Crossroads Hotel di Newburgh kini menjadi rumah bagi pria dari Amerika Selatan dan Tengah, Senegal, Mesir, Mauritania, dan Rusia. Mereka berbicara dalam bahasa Prancis, Inggris, dan Spanyol, sambil menendang bola di tempat parkir hotel, di samping restoran dan jalan raya yang kusut. Beberapa meter jauhnya, seorang pria yang pernah bekerja sebagai tukang cukur di Venezuela menawarkan potong rambut seharga $5, sementara yang lain juga menyediakan jasa potong rambut.
Untuk mendapatkan suaka di Amerika Serikat, mereka harus membuktikan bahwa mereka mempunyai “ketakutan yang beralasan akan penganiayaan” karena ras, agama, kebangsaan, opini politik atau keanggotaan dalam kelompok sosial tertentu.
Pengalaman Mohamed ini menyusul laporan Departemen Luar Negeri AS, yang menemukan bahwa Mauritania telah melakukan tindakan keras terhadap para pembangkang politik sejak tahun 2021 dan mengutip tuduhan penyiksaan di pusat penahanan tidak resmi.
Jika ceritanya lolos uji kredibilitas, kemungkinan besar itu akan menjadi klaim suaka yang sah, menurut Jaya Ramji-Nogales, profesor hukum suaka di Temple University. Namun untuk mencapai tujuan tersebut, diperlukan sistem imigrasi yang berada di bawah tekanan berat.
“Sistem ini selalu kekurangan sumber daya, namun sekarang benar-benar berada pada titik puncaknya,” kata Ramji-Nogales. “Tidak ada kemauan politik untuk menyisihkan uang yang dibutuhkan untuk berfungsi.”

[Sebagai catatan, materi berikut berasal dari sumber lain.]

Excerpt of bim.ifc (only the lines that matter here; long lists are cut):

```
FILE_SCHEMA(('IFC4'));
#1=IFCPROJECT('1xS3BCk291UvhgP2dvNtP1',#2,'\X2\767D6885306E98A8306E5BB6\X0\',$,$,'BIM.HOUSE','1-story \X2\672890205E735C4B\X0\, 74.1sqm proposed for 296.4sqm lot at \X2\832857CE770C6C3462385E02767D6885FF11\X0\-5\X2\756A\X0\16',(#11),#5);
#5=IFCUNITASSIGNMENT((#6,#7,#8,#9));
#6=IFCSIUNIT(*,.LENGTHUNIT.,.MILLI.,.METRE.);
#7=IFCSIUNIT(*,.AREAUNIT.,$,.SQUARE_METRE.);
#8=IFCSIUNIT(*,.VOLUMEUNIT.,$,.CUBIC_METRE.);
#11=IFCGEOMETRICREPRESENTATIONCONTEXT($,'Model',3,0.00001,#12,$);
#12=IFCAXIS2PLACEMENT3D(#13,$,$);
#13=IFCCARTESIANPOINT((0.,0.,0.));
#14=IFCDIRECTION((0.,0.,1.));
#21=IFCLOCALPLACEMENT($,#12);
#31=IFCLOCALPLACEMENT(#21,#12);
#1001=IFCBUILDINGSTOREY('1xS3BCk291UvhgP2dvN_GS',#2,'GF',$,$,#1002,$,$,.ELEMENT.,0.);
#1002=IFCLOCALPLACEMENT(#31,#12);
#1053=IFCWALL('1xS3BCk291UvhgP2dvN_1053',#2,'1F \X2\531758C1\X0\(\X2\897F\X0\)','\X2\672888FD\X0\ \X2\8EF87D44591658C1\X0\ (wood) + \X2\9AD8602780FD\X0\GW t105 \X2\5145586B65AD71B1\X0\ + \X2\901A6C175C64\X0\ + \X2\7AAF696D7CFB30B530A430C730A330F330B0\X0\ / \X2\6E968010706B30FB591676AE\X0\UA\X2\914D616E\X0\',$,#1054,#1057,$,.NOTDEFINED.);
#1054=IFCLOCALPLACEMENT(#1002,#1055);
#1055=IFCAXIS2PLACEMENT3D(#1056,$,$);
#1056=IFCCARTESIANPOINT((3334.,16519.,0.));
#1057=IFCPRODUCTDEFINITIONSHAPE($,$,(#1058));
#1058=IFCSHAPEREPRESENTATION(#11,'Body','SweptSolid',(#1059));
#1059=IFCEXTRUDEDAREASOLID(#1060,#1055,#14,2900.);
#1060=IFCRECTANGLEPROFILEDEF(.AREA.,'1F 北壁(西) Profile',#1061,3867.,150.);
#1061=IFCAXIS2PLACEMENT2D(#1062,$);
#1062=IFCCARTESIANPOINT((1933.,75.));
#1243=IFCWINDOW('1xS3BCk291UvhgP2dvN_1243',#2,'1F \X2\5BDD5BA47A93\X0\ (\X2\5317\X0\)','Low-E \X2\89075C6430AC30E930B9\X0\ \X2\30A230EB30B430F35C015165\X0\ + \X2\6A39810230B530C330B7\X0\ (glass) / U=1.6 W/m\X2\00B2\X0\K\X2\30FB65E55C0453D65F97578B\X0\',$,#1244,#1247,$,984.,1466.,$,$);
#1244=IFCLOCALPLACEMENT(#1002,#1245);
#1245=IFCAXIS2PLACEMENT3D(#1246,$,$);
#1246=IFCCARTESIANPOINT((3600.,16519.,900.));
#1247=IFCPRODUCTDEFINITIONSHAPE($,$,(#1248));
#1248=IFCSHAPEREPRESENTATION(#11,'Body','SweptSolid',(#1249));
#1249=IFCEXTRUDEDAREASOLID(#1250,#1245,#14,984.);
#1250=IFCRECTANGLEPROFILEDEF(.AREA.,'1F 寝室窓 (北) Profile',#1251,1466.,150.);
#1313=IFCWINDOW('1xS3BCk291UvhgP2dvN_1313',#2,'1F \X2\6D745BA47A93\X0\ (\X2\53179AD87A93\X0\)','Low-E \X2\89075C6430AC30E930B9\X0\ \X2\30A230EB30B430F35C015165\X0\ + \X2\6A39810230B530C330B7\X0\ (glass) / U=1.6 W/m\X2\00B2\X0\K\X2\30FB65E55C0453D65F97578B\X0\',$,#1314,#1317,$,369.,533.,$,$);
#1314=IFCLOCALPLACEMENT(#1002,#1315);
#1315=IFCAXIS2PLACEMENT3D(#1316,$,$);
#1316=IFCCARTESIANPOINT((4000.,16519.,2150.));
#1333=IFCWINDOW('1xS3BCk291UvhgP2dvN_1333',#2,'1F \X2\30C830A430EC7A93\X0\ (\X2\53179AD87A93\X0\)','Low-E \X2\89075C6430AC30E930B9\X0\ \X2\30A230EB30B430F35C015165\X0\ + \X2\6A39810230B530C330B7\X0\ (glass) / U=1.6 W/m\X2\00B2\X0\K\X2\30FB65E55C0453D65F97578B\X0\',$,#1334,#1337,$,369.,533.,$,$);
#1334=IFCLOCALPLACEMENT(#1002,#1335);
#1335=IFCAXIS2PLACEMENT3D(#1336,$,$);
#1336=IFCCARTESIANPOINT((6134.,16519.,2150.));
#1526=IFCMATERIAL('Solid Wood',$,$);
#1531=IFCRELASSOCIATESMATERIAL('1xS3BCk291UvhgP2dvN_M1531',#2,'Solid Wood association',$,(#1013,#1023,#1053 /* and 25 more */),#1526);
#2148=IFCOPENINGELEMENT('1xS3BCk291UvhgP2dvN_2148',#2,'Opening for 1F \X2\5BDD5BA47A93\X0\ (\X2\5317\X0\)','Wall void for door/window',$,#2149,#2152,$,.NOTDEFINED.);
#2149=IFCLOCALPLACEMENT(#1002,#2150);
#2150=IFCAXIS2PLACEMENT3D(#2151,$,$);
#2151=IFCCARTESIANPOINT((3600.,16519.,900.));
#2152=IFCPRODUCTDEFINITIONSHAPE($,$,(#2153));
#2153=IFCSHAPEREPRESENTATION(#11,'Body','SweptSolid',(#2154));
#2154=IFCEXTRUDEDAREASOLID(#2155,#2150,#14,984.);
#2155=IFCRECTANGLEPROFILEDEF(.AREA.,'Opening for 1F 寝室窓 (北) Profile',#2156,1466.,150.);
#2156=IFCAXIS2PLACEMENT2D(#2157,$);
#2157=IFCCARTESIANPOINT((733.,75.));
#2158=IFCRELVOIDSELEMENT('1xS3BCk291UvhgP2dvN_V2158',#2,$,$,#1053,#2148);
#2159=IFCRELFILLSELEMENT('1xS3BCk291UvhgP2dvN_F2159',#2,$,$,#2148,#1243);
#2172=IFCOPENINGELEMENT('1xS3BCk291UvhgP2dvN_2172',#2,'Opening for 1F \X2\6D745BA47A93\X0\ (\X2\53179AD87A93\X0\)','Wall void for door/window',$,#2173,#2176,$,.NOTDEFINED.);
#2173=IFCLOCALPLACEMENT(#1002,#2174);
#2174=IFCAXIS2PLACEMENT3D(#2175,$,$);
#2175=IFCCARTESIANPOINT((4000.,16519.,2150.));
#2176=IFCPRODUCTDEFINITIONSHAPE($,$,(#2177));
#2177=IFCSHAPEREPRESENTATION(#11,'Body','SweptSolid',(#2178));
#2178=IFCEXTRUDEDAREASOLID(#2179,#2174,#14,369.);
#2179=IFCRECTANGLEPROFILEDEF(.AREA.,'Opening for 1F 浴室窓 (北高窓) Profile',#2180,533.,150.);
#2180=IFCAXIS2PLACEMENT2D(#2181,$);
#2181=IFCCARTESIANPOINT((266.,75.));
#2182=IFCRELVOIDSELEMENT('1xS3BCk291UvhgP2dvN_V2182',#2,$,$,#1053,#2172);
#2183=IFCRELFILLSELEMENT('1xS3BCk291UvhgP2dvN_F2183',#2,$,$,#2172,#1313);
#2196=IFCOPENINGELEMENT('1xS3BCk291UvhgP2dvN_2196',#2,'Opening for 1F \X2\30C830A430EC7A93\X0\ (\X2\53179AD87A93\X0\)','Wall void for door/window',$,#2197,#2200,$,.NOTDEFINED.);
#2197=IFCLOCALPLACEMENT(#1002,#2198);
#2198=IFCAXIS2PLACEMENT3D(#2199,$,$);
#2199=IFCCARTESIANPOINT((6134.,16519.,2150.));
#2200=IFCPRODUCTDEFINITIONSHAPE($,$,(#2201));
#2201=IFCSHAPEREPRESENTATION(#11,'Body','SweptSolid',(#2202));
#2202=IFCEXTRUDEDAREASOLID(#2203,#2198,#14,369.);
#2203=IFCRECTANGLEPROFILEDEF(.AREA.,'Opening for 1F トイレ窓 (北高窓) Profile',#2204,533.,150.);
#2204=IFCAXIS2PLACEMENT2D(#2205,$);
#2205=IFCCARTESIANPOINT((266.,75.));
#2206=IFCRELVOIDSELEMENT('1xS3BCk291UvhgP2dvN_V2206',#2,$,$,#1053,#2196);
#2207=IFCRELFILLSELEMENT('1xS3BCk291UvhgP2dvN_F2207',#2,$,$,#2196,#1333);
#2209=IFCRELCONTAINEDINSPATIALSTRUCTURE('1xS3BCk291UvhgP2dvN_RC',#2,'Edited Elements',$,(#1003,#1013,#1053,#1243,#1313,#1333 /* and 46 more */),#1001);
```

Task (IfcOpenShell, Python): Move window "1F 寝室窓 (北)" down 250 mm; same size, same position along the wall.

```python
import numpy as np
import ifcopenshell
import ifcopenshell.api.geometry
import ifcopenshell.util.placement
import ifcopenshell.util.unit

model = ifcopenshell.open("bim.ifc")
unit_scale = ifcopenshell.util.unit.calculate_unit_scale(model)

window = model.by_guid("1xS3BCk291UvhgP2dvN_1243")
opening = window.FillsVoids[0].RelatingOpeningElement
dz = -0.25 / unit_scale

shift = np.array([0.0, 0.0, dz])
# The window is not placed relative to its opening, so move both.
for product in (opening, window):
    matrix = ifcopenshell.util.placement.get_local_placement(product.ObjectPlacement)
    matrix[:3, 3] += shift
    ifcopenshell.api.geometry.edit_object_placement(model, product=product, matrix=matrix, is_si=False)

print(f"moved by {dz * unit_scale:+.3f} m")

model.write("bim_edited.ifc")
```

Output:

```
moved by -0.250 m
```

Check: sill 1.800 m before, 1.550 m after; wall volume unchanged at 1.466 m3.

Mohamed mengatakan tujuannya adalah untuk membangun kasus suakanya – sesuatu yang dia mulai yakini tidak mungkin dilakukan di Newburgh. Beberapa hari yang lalu, dia melewatkan janji penting imigrasi setelah mobil yang seharusnya membawanya ke kota tidak pernah muncul.
“Tidak bisa hanya diam di sini, tidur, makan, lalu tidur lagi,” ujarnya. “Jika Anda tidak membuat kemajuan apa pun dalam kasus Anda, mereka akan memulangkan Anda. Bagiku itu akan sangat buruk.”